**TASK GOAL**
Would you work out how many lines below include the word "IFCFURNISHINGELEMENT"? Only that number is wanted.

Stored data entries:
----
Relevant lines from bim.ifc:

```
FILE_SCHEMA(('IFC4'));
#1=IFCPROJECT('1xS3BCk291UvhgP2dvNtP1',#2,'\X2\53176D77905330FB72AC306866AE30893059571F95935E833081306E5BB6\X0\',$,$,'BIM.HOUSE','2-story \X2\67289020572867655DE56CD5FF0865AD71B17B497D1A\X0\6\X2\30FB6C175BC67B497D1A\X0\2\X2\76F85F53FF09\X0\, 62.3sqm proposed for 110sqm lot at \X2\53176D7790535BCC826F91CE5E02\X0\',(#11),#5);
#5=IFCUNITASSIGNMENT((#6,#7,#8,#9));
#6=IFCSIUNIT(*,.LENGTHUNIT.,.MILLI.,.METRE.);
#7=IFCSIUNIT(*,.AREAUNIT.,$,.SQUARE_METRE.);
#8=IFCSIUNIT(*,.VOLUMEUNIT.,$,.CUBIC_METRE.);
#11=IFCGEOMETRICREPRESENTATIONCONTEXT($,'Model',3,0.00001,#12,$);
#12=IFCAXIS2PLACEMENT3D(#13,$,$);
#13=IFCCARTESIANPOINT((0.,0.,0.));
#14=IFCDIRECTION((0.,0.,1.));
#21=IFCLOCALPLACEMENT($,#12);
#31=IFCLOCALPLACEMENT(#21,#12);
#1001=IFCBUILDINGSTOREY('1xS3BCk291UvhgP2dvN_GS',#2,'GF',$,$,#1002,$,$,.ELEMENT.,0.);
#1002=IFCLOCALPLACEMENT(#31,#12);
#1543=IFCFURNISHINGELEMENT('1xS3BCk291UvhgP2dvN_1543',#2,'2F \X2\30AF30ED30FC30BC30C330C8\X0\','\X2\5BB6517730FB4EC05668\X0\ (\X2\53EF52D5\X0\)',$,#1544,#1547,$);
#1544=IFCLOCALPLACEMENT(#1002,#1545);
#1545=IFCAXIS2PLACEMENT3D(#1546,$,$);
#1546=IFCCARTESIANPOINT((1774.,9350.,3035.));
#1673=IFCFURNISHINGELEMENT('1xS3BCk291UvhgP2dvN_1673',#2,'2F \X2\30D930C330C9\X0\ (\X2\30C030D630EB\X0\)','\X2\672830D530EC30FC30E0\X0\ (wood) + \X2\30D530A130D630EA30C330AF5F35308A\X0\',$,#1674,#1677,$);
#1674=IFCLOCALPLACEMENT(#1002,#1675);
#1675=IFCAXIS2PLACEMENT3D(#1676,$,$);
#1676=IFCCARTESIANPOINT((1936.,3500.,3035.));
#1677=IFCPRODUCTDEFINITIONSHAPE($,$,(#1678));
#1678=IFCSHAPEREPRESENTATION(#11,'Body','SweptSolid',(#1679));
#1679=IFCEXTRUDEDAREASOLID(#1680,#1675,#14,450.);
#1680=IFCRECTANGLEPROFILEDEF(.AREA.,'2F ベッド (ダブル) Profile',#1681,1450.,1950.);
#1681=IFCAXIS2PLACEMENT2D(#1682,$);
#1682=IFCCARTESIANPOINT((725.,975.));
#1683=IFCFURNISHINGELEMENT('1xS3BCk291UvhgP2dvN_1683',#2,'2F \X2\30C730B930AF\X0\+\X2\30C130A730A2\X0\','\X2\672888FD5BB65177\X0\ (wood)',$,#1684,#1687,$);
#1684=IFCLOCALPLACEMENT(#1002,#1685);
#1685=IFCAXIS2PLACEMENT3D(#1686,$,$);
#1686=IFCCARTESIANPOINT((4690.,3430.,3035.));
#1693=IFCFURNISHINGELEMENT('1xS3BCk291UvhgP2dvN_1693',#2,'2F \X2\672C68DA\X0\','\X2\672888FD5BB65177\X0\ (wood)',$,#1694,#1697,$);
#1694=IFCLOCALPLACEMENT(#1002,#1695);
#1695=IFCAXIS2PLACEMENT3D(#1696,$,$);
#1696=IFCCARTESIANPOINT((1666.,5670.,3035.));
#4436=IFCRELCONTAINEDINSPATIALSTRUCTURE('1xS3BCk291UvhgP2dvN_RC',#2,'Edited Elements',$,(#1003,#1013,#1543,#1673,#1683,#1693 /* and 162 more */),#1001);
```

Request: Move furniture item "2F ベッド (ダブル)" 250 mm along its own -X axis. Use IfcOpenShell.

```python
import ifcopenshell
import ifcopenshell.api.geometry
import ifcopenshell.util.placement
import ifcopenshell.util.unit

model = ifcopenshell.open("bim.ifc")
unit_scale = ifcopenshell.util.unit.calculate_unit_scale(model)

item = model.by_id(1673)
matrix = ifcopenshell.util.placement.get_local_placement(item.ObjectPlacement)
matrix[:3, 3] -= matrix[:3, 0] * 0.25 / unit_scale
ifcopenshell.api.geometry.edit_object_placement(model, product=item, matrix=matrix, is_si=False)

print(ifcopenshell.util.placement.get_local_placement(item.ObjectPlacement).round(3) + 0.0)

model.write("bim_updated.ifc")
```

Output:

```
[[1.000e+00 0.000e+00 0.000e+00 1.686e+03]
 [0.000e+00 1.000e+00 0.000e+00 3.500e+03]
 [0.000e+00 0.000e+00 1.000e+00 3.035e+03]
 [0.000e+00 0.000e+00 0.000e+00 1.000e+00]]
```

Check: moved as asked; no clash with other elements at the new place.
----
**PROBLEM SOLUTION**
4